1. Using the default parameters suggested above, can you demonstrate convergence to the prior? You may want to start with a line graph of the results to get a sense of what's going on in the simulation. You could also plot a histogram to get the overall proportion of regular languages in the whole run, but notice that this is just the same as the average of your whole list so you don't really need a graph for this! You can get the average directly by using, for example, `print(mean(data[0]))` if `data` is the result of your simulation run (remember the `iterate` function returns whether the language at the each generation is regular or not as the first part of the data it returns, which is why we use `data[0]`.

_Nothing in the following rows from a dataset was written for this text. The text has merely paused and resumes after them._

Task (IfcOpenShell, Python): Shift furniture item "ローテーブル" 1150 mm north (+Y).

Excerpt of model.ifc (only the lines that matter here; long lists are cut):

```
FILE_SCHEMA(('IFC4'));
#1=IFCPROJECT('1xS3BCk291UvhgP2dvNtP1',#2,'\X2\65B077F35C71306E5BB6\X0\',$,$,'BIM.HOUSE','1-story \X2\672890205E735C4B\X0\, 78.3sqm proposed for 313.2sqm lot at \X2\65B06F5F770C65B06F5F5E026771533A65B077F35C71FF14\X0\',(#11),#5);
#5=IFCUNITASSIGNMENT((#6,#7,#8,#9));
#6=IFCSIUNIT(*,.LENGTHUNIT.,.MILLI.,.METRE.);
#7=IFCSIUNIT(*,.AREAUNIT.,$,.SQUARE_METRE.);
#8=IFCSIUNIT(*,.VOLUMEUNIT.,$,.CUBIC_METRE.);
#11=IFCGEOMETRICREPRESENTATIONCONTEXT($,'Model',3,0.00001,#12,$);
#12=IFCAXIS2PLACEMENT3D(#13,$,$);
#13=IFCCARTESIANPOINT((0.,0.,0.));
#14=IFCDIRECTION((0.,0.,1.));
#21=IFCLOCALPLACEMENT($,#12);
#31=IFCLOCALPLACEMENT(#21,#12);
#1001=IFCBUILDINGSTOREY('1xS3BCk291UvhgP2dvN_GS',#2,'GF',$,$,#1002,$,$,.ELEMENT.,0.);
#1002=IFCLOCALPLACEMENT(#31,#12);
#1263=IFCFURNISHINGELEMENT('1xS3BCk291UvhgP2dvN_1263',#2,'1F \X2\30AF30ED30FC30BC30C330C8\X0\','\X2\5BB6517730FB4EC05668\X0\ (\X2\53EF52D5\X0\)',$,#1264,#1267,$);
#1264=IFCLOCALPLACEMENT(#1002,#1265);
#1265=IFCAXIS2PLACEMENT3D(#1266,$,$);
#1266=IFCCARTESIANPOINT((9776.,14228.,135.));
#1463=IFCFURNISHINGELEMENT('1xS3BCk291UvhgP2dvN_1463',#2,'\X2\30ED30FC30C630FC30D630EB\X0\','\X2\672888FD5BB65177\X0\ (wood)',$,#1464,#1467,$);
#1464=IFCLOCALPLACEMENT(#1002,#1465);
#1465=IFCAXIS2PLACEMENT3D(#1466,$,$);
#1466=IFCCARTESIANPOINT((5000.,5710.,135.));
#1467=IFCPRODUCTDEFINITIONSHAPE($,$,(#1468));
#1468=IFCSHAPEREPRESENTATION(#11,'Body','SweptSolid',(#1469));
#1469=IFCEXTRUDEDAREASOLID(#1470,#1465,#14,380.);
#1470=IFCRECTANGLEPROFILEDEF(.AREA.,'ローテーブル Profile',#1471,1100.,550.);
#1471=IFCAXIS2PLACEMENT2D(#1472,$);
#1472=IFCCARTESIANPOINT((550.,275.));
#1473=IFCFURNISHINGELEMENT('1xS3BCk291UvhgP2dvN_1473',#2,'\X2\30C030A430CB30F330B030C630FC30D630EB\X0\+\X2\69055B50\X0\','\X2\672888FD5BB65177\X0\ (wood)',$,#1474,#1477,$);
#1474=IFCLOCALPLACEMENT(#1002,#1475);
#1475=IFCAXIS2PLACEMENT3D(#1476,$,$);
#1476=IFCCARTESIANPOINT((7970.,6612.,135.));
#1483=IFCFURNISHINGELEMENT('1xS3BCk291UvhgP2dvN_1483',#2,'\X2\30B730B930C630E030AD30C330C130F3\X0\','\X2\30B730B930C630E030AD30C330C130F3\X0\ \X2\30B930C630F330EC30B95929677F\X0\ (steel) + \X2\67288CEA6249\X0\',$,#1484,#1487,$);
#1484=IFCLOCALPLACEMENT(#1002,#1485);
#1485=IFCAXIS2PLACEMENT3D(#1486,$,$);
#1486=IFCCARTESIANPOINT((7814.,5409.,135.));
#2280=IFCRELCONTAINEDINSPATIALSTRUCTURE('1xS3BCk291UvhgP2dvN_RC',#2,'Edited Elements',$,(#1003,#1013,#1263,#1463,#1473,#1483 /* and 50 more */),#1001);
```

```python
import ifcopenshell
import ifcopenshell.api.geometry
import ifcopenshell.util.placement
import ifcopenshell.util.unit

model = ifcopenshell.open("model.ifc")
unit_scale = ifcopenshell.util.unit.calculate_unit_scale(model)

item = model.by_id(1463)
matrix = ifcopenshell.util.placement.get_local_placement(item.ObjectPlacement)
matrix[1, 3] += 1.15 / unit_scale
ifcopenshell.api.geometry.edit_object_placement(model, product=item, matrix=matrix, is_si=False)

print(ifcopenshell.util.placement.get_local_placement(item.ObjectPlacement).round(3) + 0.0)

model.write("model_rev.ifc")
```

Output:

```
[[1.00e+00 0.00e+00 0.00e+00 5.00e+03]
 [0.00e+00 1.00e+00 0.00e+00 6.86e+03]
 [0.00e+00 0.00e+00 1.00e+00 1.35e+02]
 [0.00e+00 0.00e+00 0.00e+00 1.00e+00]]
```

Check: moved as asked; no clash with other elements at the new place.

2. How does changing the error rate and bottleneck size affect the results for the sample learner? Make sure you run the simulation long enough to get repeatable results.

3. Switch the learning type to MAP learning, and rerun the simulation. Can you show the amplification of prior bias that is shown in the paper?

4. How is bias amplification affected by the bottleneck size? Can you run a range of simulations for different bottleneck sizes, find the means, and plot these nicely in a graph?